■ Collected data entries
════════════════

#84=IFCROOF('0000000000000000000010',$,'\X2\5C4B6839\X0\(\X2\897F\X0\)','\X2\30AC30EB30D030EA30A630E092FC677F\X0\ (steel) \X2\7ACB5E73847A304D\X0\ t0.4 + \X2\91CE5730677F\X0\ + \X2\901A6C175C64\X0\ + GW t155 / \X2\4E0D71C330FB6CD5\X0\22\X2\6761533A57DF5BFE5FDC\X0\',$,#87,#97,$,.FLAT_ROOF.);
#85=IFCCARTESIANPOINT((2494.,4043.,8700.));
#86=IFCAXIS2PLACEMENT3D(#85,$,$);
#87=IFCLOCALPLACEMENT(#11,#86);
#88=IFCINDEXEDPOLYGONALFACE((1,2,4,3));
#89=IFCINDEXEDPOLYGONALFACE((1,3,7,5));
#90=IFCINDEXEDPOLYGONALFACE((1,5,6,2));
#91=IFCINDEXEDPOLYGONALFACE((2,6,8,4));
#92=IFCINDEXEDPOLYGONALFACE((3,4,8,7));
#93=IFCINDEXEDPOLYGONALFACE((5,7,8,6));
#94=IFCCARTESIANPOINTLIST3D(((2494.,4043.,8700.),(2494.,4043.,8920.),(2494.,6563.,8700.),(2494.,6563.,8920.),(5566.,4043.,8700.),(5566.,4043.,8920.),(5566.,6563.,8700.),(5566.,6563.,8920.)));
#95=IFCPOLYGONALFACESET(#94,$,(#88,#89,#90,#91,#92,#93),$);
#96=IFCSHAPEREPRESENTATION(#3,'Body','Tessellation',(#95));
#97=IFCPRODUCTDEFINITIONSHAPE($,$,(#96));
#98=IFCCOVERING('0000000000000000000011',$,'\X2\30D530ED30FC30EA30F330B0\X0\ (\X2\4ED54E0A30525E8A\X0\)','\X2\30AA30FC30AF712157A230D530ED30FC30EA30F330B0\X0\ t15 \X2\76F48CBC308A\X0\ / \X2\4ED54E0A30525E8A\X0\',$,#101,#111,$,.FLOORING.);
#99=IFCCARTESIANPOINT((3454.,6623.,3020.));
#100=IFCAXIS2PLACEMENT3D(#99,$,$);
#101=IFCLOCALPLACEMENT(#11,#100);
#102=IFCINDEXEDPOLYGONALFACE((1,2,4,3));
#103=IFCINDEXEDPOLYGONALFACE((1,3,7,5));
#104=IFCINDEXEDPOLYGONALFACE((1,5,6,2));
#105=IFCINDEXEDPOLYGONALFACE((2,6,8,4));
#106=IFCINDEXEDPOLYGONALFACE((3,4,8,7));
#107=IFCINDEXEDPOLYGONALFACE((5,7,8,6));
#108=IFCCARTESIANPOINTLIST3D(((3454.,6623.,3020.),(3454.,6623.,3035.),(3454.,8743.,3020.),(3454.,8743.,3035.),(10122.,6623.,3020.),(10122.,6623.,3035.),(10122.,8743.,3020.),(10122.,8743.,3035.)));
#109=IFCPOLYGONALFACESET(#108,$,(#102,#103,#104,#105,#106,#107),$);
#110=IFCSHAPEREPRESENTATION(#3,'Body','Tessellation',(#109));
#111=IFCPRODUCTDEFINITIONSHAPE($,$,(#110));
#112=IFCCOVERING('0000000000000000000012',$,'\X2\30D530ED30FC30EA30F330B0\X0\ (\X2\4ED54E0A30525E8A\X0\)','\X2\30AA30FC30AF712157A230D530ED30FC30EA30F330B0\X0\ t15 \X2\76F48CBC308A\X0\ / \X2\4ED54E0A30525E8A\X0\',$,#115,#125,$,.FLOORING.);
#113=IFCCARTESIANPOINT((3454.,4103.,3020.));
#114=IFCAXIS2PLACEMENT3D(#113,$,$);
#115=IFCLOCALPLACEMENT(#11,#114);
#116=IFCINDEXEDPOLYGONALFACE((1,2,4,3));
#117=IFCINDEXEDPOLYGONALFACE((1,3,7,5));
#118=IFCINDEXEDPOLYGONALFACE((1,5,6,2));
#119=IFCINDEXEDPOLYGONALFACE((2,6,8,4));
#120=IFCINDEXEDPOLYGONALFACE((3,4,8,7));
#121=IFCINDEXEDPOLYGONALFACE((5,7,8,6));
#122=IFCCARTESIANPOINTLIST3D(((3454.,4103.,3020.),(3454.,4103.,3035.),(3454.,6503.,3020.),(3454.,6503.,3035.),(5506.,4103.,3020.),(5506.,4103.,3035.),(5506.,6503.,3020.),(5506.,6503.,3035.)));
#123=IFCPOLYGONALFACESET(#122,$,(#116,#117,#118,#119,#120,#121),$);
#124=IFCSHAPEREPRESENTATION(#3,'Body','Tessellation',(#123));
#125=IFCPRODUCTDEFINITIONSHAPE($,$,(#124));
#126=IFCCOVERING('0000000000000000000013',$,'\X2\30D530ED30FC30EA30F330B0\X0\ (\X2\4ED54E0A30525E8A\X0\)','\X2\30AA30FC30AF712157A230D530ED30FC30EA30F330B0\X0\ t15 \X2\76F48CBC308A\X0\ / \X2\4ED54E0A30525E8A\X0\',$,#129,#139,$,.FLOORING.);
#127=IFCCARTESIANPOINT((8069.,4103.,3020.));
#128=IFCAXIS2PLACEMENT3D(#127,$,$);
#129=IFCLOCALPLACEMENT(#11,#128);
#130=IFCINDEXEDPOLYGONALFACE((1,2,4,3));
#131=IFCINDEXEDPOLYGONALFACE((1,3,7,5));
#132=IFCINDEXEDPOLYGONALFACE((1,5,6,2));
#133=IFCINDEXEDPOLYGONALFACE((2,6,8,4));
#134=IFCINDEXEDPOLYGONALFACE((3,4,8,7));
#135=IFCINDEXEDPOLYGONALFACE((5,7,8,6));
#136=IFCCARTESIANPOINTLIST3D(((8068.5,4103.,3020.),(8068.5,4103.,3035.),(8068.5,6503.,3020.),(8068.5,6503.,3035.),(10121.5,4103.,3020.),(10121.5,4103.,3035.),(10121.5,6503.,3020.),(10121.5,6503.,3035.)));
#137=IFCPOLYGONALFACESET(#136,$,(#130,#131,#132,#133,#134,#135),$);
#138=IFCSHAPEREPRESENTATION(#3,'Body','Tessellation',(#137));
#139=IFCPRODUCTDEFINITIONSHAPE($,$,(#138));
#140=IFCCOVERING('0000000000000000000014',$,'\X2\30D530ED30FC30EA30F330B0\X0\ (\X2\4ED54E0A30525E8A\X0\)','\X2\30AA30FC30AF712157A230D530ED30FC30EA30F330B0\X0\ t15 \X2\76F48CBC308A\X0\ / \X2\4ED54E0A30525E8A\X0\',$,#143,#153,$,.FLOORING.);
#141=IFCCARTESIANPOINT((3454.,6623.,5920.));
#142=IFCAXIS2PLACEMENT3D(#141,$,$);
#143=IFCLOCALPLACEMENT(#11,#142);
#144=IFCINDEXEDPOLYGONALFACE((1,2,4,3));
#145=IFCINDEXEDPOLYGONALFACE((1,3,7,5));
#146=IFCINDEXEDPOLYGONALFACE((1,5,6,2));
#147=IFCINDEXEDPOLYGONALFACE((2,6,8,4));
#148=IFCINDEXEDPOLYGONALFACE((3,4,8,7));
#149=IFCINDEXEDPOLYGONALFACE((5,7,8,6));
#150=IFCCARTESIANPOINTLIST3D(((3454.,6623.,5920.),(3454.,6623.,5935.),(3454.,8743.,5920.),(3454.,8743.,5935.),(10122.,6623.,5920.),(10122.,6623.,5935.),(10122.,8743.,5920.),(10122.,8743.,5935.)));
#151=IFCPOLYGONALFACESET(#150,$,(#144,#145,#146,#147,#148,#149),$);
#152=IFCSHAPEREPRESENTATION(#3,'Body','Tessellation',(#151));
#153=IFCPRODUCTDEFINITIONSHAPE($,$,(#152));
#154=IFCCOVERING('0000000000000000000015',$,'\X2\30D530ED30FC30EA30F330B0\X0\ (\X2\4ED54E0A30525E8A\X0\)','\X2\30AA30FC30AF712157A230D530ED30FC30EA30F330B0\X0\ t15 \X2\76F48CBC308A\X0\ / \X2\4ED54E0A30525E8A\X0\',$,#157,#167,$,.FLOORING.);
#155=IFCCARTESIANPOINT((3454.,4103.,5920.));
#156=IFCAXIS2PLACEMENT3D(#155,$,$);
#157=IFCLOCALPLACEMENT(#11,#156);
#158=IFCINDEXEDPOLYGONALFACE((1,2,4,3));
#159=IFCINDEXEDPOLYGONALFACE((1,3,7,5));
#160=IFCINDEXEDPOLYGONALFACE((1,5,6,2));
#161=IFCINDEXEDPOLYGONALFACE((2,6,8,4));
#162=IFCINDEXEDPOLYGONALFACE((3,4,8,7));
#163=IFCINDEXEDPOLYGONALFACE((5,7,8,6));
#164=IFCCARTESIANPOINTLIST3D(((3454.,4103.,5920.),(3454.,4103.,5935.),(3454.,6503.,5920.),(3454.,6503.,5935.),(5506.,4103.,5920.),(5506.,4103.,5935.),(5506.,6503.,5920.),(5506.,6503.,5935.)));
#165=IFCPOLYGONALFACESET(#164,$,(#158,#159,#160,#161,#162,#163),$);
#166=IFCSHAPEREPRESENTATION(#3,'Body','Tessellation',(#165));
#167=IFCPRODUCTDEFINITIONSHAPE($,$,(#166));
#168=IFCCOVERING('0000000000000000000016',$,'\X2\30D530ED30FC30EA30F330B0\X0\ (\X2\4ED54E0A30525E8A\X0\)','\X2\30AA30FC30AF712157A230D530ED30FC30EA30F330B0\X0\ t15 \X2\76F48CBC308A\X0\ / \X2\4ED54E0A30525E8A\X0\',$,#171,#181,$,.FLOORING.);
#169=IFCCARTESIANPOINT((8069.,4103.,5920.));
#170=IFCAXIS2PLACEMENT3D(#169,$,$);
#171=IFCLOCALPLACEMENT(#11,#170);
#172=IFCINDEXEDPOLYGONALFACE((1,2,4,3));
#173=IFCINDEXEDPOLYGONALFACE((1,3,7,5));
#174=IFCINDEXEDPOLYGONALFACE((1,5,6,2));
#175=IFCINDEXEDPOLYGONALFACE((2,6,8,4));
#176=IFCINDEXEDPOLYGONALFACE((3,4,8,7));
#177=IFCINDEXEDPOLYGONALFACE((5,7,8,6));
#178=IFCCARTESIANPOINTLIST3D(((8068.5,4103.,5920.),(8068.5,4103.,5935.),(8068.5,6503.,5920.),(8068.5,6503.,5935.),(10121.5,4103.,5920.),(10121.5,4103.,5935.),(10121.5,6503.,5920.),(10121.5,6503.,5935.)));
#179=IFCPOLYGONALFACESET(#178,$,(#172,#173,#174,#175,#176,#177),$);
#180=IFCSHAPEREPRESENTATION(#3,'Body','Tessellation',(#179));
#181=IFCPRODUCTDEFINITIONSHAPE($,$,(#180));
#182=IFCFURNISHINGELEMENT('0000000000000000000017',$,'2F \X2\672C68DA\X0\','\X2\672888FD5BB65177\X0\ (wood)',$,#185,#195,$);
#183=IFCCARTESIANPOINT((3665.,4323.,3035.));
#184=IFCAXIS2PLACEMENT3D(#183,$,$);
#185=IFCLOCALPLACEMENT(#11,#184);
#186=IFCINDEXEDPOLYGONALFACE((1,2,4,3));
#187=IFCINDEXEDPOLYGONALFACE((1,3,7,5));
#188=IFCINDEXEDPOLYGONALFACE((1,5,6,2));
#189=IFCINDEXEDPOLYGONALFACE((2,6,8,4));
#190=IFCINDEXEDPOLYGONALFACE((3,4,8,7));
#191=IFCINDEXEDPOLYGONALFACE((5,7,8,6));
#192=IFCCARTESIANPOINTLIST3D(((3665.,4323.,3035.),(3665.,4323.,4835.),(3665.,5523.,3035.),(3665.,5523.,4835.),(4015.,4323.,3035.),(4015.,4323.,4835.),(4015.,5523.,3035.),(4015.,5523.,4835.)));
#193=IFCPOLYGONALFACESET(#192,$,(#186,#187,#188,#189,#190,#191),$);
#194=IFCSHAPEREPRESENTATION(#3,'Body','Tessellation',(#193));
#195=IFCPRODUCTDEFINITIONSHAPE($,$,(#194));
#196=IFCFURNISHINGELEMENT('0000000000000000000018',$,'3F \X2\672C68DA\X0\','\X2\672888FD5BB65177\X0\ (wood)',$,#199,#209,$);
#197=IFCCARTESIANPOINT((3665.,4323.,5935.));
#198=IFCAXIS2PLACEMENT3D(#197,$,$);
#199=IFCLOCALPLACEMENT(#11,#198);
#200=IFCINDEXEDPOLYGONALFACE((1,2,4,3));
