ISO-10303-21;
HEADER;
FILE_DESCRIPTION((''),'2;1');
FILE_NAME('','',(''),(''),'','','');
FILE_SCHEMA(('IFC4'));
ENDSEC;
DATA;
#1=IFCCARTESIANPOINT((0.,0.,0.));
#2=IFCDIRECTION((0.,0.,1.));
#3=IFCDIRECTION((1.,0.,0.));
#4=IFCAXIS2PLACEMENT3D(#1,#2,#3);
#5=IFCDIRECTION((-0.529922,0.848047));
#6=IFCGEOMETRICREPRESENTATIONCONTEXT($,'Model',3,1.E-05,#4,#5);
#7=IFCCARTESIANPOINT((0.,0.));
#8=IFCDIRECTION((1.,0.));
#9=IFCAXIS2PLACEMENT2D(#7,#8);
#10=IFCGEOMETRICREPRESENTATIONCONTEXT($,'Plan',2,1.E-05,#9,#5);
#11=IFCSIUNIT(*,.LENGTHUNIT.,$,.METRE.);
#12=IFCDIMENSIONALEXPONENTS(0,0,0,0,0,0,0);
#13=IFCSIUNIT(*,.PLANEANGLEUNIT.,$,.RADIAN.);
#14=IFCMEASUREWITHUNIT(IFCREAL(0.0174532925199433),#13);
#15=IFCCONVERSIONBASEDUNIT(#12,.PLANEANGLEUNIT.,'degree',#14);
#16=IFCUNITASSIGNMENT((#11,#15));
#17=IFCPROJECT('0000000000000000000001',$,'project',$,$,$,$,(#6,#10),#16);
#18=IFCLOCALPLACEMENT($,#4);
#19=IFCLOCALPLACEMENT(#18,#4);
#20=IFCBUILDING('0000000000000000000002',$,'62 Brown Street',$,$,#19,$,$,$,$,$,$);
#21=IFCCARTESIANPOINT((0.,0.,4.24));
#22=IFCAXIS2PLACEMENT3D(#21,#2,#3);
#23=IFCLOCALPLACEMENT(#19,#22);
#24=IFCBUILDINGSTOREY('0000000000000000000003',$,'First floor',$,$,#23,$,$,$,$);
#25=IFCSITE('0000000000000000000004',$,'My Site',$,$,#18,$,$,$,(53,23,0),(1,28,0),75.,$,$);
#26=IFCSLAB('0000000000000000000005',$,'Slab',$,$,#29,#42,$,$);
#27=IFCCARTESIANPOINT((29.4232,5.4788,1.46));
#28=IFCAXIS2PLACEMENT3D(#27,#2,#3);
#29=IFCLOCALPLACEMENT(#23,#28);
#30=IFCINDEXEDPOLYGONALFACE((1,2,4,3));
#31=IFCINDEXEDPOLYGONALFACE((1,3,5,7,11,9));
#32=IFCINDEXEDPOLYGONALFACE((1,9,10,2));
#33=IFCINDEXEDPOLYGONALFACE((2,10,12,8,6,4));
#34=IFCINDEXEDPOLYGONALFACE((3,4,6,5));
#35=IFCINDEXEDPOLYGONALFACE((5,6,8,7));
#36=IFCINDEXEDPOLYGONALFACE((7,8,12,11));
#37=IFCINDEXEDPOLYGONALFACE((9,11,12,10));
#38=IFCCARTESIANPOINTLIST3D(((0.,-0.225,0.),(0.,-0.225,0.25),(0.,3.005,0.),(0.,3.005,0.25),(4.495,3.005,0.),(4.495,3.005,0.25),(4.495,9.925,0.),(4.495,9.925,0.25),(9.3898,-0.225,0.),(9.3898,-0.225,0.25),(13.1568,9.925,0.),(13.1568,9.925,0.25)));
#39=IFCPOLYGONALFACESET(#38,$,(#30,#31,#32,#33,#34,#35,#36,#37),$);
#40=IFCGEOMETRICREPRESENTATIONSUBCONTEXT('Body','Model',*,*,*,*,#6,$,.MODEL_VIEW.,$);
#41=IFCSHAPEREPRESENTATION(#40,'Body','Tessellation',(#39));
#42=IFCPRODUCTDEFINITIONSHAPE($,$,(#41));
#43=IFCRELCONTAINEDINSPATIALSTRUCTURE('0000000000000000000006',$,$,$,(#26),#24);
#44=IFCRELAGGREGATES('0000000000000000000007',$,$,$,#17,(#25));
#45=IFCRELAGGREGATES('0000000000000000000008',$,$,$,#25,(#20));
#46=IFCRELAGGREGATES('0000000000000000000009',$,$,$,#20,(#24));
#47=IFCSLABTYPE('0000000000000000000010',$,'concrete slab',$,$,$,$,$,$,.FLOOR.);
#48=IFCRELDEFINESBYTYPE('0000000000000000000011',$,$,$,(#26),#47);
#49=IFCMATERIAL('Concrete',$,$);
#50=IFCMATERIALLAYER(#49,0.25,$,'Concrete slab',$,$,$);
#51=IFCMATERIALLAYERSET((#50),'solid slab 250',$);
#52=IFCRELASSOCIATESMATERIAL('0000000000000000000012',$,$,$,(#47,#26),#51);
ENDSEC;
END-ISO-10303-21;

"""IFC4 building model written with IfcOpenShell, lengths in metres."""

from ifc_helpers import new_model, entity, si_unit, converted_unit, direction, frame, origin_with_axes, origin_2d_with_axis, place, context, subcontext, project, spatial, line, indexed_curve, outline, extrude, material, layer, layer_set, layer_usage, type_object, element, save


model = new_model("IFC4")

# Units and contexts
model_context = context("Model", 3, precision=1e-05, world=origin_with_axes(), true_north=direction((-0.529922, 0.848047)))
plan_context = context("Plan", 2, precision=1e-05, world=origin_2d_with_axis(), true_north=direction((-0.529922, 0.848047)))
body_context_1 = subcontext(model_context, "Body", "Model", "MODEL_VIEW")
ifc_project = project(units=[si_unit("LENGTHUNIT", "METRE"), converted_unit("PLANEANGLEUNIT", "degree", entity("IfcReal", 0.0174532925199433), si_unit("PLANEANGLEUNIT", "RADIAN"), dimensions=[0, 0, 0, 0, 0, 0, 0])], contexts=[model_context, plan_context])

# Site, building, storey
site_placement = place(None, origin_with_axes())
site = spatial("IfcSite", under=ifc_project, at=site_placement, Name="My Site", RefLatitude=(53, 23, 0), RefLongitude=(1, 28, 0), RefElevation=75.0)
building_placement = place(site_placement, origin_with_axes())
building = spatial("IfcBuilding", under=site, at=building_placement, Name="62 Brown Street")
storey_placement = place(building_placement, frame((0.0, 0.0, 4.24), z_axis=(0.0, 0.0, 1.0), x_axis=(1.0, 0.0, 0.0)))
storey = spatial("IfcBuildingStorey", under=building, at=storey_placement, Name="First floor")

# Slab
ifc_material_1 = material(Name="Concrete")
ifc_layer_1 = layer(ifc_material_1, 0.25, Name="Concrete slab")
ifc_layer_set_1 = layer_set([ifc_layer_1], Name="solid slab 250")
slab_type = type_object("IfcSlabType", Name="concrete slab", PredefinedType="FLOOR", material=ifc_layer_set_1)
ifc_layer_usage_1 = layer_usage(ifc_layer_set_1, "AXIS3", "POSITIVE", 0.0)
slab_1_placement = place(storey_placement, frame((29.4232, 5.4788, 1.46), z_axis=(0.0, 0.0, 1.0), x_axis=(1.0, 0.0, 0.0)))
element("IfcSlab", 1, at=slab_1_placement, inside=storey, type_object=slab_type, material=ifc_layer_usage_1, Name="Slab", context=body_context_1, shape_type="SweptSolid", body=[
    extrude(outline(indexed_curve([(0.0, 3.005), (0.0, -0.225), (9.3898, -0.225), (13.1568, 9.925), (4.495, 9.925), (4.495, 3.005)], segments=[line(4, 3), line(3, 2), line(2, 1), line(1, 6), line(6, 5), line(5, 4)], self_intersect=False)), None, (0.0, 0.0, 1.0), 0.25),
])

save(model, "model.ifc")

════════════════

■ Problem description
Search term "FLOORING": return each line of the data that contains it.

■ Task solution
#98=IFCCOVERING('0000000000000000000011',$,'\X2\30D530ED30FC30EA30F330B0\X0\ (\X2\4ED54E0A30525E8A\X0\)','\X2\30AA30FC30AF712157A230D530ED30FC30EA30F330B0\X0\ t15 \X2\76F48CBC308A\X0\ / \X2\4ED54E0A30525E8A\X0\',$,#101,#111,$,.FLOORING.);
#112=IFCCOVERING('0000000000000000000012',$,'\X2\30D530ED30FC30EA30F330B0\X0\ (\X2\4ED54E0A30525E8A\X0\)','\X2\30AA30FC30AF712157A230D530ED30FC30EA30F330B0\X0\ t15 \X2\76F48CBC308A\X0\ / \X2\4ED54E0A30525E8A\X0\',$,#115,#125,$,.FLOORING.);
#126=IFCCOVERING('0000000000000000000013',$,'\X2\30D530ED30FC30EA30F330B0\X0\ (\X2\4ED54E0A30525E8A\X0\)','\X2\30AA30FC30AF712157A230D530ED30FC30EA30F330B0\X0\ t15 \X2\76F48CBC308A\X0\ / \X2\4ED54E0A30525E8A\X0\',$,#129,#139,$,.FLOORING.);
#140=IFCCOVERING('0000000000000000000014',$,'\X2\30D530ED30FC30EA30F330B0\X0\ (\X2\4ED54E0A30525E8A\X0\)','\X2\30AA30FC30AF712157A230D530ED30FC30EA30F330B0\X0\ t15 \X2\76F48CBC308A\X0\ / \X2\4ED54E0A30525E8A\X0\',$,#143,#153,$,.FLOORING.);
#154=IFCCOVERING('0000000000000000000015',$,'\X2\30D530ED30FC30EA30F330B0\X0\ (\X2\4ED54E0A30525E8A\X0\)','\X2\30AA30FC30AF712157A230D530ED30FC30EA30F330B0\X0\ t15 \X2\76F48CBC308A\X0\ / \X2\4ED54E0A30525E8A\X0\',$,#157,#167,$,.FLOORING.);
#168=IFCCOVERING('0000000000000000000016',$,'\X2\30D530ED30FC30EA30F330B0\X0\ (\X2\4ED54E0A30525E8A\X0\)','\X2\30AA30FC30AF712157A230D530ED30FC30EA30F330B0\X0\ t15 \X2\76F48CBC308A\X0\ / \X2\4ED54E0A30525E8A\X0\',$,#171,#181,$,.FLOORING.);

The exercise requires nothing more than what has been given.